Adaptation par chiffres

  • 64 des 95 meilleurs films oscarisés sont des adaptations.
  • 8 des 10 films les plus rentables de tous les temps sont des adaptations.
  • Bram Stoker Dracula détient le record mondial Guinness du « personnage littéraire le plus adapté ».
  • Georges Méliès 6 minutes Cendrillon sorti en 1899 est souvent considéré comme la première adaptation cinématographique.
  • 50 des 62 classiques de Disney sont des adaptations.
  • À 89 ans, le scénariste James Ivory est le plus vieux lauréat de l’Oscar du meilleur scénario adapté pour Appelez-moi par votre nom.
  • Emma Thompson, qui a remporté l’Oscar du meilleur scénario adapté pour Sens et sensibilitéest le seul gagnant à avoir également gagné pour son rôle d’acteur.

Il existe de nombreux exemples où les adaptations cinématographiques ont ajouté des qualités inaccessibles à l’auteur source, dépassant sans doute l’original.
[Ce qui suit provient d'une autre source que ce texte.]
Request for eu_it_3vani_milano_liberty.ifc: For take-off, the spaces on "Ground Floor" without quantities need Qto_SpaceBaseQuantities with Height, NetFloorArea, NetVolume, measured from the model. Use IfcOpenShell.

First a look at what the model holds.

```python
import ifcopenshell
import ifcopenshell.util.element
import ifcopenshell.util.unit

model = ifcopenshell.open("eu_it_3vani_milano_liberty.ifc")
print(model.schema)
for unit_type in ("LENGTHUNIT", "AREAUNIT", "VOLUMEUNIT"):
    print(unit_type, ifcopenshell.util.unit.calculate_unit_scale(model, unit_type))
storey = next(s for s in model.by_type("IfcBuildingStorey") if s.Name == "Ground Floor")
spaces = [e for e in ifcopenshell.util.element.get_decomposition(storey) if e.is_a("IfcSpace")]
for e in sorted(spaces, key=lambda e: e.id()):
    print(e.id(), e.is_a(), e.Name, list(ifcopenshell.util.element.get_psets(e, qtos_only=True)), sep=" | ")
```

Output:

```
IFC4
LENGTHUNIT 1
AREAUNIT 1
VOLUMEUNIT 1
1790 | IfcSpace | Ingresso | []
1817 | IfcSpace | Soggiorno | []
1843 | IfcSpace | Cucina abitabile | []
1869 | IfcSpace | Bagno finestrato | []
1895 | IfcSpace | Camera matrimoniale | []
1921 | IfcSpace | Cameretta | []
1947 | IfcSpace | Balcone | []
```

```python
import ifcopenshell
import ifcopenshell.api.pset
import ifcopenshell.geom
import ifcopenshell.util.element
import ifcopenshell.util.shape
import ifcopenshell.util.unit

model = ifcopenshell.open("eu_it_3vani_milano_liberty.ifc")
unit_scale = ifcopenshell.util.unit.calculate_unit_scale(model)
area_scale = ifcopenshell.util.unit.calculate_unit_scale(model, "AREAUNIT")
volume_scale = ifcopenshell.util.unit.calculate_unit_scale(model, "VOLUMEUNIT")
settings = ifcopenshell.geom.settings()

storey = next(s for s in model.by_type("IfcBuildingStorey") if s.Name == "Ground Floor")
spaces = [e for e in ifcopenshell.util.element.get_decomposition(storey) if e.is_a("IfcSpace")]

for e in sorted(spaces, key=lambda e: e.id()):
    if ifcopenshell.util.element.get_psets(e, qtos_only=True, should_inherit=False):
        continue
    # Geometry comes back in metres, in the element's own axes.
    shape = ifcopenshell.geom.create_shape(settings, e)
    values = {
        "Height": ifcopenshell.util.shape.get_z(shape.geometry) / unit_scale,
        "NetFloorArea": ifcopenshell.util.shape.get_footprint_area(shape.geometry) / area_scale,
        "NetVolume": ifcopenshell.util.shape.get_volume(shape.geometry) / volume_scale,
    }
    qto = ifcopenshell.api.pset.add_qto(model, product=e, name="Qto_SpaceBaseQuantities")
    ifcopenshell.api.pset.edit_qto(model, qto=qto, properties=values)
    print(e.id(), {k: round(v, 3) for k, v in values.items()})

model.write("eu_it_3vani_milano_liberty_rev.ifc")
```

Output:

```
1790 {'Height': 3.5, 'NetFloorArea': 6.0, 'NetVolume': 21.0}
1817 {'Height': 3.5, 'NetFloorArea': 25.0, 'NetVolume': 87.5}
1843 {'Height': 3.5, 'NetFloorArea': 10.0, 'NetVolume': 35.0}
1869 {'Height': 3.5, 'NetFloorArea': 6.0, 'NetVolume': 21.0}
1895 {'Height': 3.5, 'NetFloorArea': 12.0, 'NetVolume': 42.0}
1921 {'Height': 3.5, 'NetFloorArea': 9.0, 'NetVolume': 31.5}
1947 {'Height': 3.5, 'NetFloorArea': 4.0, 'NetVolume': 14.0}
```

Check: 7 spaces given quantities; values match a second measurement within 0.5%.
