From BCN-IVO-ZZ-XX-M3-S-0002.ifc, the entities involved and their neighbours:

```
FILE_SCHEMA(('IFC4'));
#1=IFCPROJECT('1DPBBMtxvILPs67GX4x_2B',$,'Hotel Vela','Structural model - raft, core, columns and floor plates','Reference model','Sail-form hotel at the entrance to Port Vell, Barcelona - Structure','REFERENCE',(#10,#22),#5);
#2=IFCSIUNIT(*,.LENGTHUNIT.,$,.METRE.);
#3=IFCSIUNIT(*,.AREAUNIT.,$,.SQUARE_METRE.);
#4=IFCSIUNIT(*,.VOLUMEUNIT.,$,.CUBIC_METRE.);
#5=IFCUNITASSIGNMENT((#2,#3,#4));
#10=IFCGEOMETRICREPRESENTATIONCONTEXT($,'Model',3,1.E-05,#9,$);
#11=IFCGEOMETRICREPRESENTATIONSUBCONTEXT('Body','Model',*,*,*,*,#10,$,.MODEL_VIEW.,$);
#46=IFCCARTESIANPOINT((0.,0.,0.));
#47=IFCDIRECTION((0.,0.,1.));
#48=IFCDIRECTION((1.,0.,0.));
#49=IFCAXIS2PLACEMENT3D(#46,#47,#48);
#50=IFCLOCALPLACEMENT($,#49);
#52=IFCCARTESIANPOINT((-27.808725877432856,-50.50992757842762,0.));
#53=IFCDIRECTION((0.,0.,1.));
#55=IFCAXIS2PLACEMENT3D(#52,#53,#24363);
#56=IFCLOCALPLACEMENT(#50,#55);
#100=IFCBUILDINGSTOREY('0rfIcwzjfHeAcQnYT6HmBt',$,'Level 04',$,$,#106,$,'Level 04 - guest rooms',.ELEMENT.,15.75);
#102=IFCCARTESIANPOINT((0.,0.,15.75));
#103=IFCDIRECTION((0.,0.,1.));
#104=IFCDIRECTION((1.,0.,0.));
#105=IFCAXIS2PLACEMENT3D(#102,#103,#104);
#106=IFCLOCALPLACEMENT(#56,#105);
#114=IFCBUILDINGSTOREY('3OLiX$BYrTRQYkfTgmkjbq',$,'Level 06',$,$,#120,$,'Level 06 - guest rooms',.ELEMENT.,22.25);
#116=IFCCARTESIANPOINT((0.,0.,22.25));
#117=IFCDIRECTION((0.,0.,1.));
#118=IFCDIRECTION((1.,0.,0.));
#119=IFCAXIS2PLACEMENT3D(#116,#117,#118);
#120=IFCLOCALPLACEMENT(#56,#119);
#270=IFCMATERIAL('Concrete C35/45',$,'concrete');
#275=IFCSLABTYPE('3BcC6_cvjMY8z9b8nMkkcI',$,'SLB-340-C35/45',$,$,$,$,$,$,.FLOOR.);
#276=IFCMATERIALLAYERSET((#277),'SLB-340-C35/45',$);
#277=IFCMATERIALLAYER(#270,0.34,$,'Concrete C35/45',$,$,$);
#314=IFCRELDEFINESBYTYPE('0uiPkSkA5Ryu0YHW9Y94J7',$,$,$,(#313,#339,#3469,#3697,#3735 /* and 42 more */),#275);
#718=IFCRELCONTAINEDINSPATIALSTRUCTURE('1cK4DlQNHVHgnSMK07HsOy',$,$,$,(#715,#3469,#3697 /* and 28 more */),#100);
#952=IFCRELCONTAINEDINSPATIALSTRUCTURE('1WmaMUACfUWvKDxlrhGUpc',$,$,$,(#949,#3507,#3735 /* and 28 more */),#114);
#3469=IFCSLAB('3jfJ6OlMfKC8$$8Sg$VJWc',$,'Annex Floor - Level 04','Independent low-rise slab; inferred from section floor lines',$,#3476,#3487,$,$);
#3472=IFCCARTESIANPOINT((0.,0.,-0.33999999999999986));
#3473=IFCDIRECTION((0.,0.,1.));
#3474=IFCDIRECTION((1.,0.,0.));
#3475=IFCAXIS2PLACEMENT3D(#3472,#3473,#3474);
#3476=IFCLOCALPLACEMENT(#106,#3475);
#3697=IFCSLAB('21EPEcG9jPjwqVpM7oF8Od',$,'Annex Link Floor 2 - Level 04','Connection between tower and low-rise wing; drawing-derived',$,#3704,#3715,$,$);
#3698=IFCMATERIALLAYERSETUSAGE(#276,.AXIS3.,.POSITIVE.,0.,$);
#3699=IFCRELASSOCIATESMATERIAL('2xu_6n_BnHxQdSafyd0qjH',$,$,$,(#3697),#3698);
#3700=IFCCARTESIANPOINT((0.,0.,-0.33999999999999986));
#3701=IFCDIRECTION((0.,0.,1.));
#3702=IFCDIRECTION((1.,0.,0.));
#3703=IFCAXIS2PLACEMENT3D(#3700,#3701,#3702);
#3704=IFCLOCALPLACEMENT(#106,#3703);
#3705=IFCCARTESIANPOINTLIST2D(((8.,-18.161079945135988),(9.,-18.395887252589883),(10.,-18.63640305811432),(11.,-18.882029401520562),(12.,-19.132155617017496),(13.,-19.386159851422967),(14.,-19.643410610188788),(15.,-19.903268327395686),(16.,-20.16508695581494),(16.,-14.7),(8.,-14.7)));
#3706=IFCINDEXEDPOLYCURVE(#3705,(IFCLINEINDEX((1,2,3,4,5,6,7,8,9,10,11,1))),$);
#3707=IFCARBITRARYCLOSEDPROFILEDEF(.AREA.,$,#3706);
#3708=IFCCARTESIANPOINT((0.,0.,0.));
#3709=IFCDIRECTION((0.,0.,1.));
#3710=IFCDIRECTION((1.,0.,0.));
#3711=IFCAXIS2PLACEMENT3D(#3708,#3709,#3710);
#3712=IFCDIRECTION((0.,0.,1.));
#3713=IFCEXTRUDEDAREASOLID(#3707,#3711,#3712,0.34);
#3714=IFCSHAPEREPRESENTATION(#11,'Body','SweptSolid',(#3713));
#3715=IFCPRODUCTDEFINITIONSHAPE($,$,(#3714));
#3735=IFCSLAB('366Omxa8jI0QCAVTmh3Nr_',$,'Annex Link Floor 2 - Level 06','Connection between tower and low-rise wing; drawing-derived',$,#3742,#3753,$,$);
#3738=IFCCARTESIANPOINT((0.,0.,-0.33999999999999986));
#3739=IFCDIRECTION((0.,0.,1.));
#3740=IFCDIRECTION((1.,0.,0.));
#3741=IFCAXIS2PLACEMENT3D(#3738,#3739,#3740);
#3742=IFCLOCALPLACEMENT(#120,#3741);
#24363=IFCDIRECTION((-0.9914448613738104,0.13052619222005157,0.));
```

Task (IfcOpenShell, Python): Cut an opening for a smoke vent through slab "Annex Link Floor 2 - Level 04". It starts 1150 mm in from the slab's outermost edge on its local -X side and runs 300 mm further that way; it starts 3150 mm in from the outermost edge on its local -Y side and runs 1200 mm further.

```python
import numpy as np
import ifcopenshell
import ifcopenshell.api.feature
import ifcopenshell.api.geometry
import ifcopenshell.api.root
import ifcopenshell.geom
import ifcopenshell.util.placement
import ifcopenshell.util.representation
import ifcopenshell.util.shape
import ifcopenshell.util.unit

model = ifcopenshell.open("BCN-IVO-ZZ-XX-M3-S-0002.ifc")
unit_scale = ifcopenshell.util.unit.calculate_unit_scale(model)
settings = ifcopenshell.geom.settings()


def volume(element):
    """Net volume in cubic metres, openings subtracted."""
    shape = ifcopenshell.geom.create_shape(settings, element)
    return ifcopenshell.util.shape.get_volume(shape.geometry)


slab = model.by_guid("21EPEcG9jPjwqVpM7oF8Od")
before = volume(slab)

# Extent in the slab's own axes, in metres. The edges named are its -X and -Y sides.
slab_shape = ifcopenshell.geom.create_shape(settings, slab)
vertices = ifcopenshell.util.shape.get_vertices(slab_shape.geometry)
x_min, y_min, bottom = vertices.min(axis=0)
top = vertices[:, 2].max()

opening = ifcopenshell.api.root.create_entity(model, ifc_class="IfcOpeningElement", name="Smoke vent opening", predefined_type="OPENING")
context = ifcopenshell.util.representation.get_context(model, "Model", "Body", "MODEL_VIEW")
width, depth = 0.3, 1.2
outline = [(0.0, 0.0), (width, 0.0), (width, depth), (0.0, depth), (0.0, 0.0)]
# Overshoot both faces by 50 mm so the cut is clean.
shape = ifcopenshell.api.geometry.add_slab_representation(
    model, context=context, depth=top - bottom + 0.1, polyline=outline
)
ifcopenshell.api.geometry.assign_representation(model, product=opening, representation=shape)

matrix = ifcopenshell.util.placement.get_local_placement(slab.ObjectPlacement)
matrix[:, 3] = matrix @ np.append(np.array([x_min + 1.15, y_min + 3.15, bottom - 0.05]) / unit_scale, 1.0)
ifcopenshell.api.geometry.edit_object_placement(model, product=opening, matrix=matrix, is_si=False)
ifcopenshell.api.feature.add_feature(model, feature=opening, element=slab)

after = volume(slab)

print(f"slab volume {before:.3f} -> {after:.3f} m3")

model.write("BCN-IVO-ZZ-XX-M3-S-0002_v2.ifc")
```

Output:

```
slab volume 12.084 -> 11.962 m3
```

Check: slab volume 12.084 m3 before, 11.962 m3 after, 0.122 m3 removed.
MGM a transformé le livre pour enfants de L. Frank Baum Le merveilleux magicien d’Oz en une comédie musicale intemporelle, la caméra voilée de Peter Weir a apporté une qualité éthérée à Pique-nique à Hanging Rock ce n’était pas dans le texte original de Joan Lindsay, tandis que Christopher Nolan a trouvé des résonances de guerre contre le terrorisme dans Homme chauve-souris adaptation Le Chevalier Noir.

Donc, Barbie peut porter fièrement les origines de son scénario cette saison de récompenses car l’adaptation ne se démode jamais.

Le professeur agrégé Liam Burke est le coordinateur des études sur le cinéma et l’écran à Swinburne. Université de Technologie.